- About this exercise
Look for the word "IFCLOCALPLACEMENT" in the entries below, then copy every line that has it.
━━━━━ Working data
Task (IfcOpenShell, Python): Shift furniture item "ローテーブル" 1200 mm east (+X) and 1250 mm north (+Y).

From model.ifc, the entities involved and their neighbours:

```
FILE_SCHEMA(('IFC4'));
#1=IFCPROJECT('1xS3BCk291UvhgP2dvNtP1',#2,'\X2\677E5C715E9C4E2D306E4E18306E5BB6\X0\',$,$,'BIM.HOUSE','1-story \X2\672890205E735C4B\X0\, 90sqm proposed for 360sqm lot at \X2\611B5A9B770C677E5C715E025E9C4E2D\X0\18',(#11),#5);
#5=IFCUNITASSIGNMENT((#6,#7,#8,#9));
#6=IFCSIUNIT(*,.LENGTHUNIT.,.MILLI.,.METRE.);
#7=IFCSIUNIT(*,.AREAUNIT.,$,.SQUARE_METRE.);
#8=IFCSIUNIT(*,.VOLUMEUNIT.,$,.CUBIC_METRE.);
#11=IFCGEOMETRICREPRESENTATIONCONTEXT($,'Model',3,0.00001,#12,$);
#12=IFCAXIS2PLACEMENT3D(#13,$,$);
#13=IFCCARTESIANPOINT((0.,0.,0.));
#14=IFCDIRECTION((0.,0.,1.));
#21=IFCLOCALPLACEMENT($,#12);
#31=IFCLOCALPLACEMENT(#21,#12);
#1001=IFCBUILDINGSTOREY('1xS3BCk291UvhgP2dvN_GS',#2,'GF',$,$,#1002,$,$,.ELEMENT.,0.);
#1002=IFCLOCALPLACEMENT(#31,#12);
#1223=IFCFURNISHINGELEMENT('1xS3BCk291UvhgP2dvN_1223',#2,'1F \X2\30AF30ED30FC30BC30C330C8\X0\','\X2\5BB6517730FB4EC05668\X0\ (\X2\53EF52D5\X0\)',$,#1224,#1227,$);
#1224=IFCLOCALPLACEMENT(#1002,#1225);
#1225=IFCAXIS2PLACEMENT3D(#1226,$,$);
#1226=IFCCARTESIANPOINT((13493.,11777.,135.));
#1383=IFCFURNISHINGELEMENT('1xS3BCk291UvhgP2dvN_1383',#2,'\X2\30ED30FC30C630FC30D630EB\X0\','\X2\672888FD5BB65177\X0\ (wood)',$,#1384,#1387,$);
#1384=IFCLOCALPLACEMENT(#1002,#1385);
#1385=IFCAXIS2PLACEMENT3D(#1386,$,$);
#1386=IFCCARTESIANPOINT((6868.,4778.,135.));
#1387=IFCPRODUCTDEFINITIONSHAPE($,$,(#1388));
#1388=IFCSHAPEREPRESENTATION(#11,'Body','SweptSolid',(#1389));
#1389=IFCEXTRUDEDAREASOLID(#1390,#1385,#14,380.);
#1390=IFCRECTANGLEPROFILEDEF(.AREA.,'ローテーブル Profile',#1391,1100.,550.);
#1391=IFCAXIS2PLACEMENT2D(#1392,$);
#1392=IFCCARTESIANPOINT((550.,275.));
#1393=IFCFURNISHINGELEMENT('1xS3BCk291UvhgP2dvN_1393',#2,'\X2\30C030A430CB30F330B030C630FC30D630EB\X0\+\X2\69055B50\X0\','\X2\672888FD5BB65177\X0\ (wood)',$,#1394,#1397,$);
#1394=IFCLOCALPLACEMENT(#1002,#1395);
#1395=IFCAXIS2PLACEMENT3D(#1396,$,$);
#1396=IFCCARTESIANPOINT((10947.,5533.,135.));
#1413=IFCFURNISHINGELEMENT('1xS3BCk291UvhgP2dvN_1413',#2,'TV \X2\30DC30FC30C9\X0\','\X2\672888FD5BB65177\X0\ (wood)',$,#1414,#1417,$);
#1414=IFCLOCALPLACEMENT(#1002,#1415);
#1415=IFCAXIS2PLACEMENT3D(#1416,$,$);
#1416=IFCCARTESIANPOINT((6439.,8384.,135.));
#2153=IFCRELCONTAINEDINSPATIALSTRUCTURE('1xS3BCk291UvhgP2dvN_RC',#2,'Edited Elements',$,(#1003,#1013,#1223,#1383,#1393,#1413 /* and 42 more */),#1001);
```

```python
import ifcopenshell
import ifcopenshell.api.geometry
import ifcopenshell.util.placement

model = ifcopenshell.open("model.ifc")

item = model.by_id(1383)
matrix = ifcopenshell.util.placement.get_local_placement(item.ObjectPlacement)
matrix[0, 3] += 1200.0
matrix[1, 3] += 1250.0
ifcopenshell.api.geometry.edit_object_placement(model, product=item, matrix=matrix, is_si=False)

print(ifcopenshell.util.placement.get_local_placement(item.ObjectPlacement).round(3) + 0.0)

model.write("model_updated.ifc")
```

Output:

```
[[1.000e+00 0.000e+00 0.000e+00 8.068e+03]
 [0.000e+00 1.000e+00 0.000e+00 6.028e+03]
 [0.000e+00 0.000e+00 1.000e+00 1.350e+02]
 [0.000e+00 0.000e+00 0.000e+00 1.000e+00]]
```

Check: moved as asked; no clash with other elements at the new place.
━━━━━━━━━━
- Solution to the problem
#21=IFCLOCALPLACEMENT($,#12);
#31=IFCLOCALPLACEMENT(#21,#12);
#1002=IFCLOCALPLACEMENT(#31,#12);
#1224=IFCLOCALPLACEMENT(#1002,#1225);
#1384=IFCLOCALPLACEMENT(#1002,#1385);
#1394=IFCLOCALPLACEMENT(#1002,#1395);
#1414=IFCLOCALPLACEMENT(#1002,#1415);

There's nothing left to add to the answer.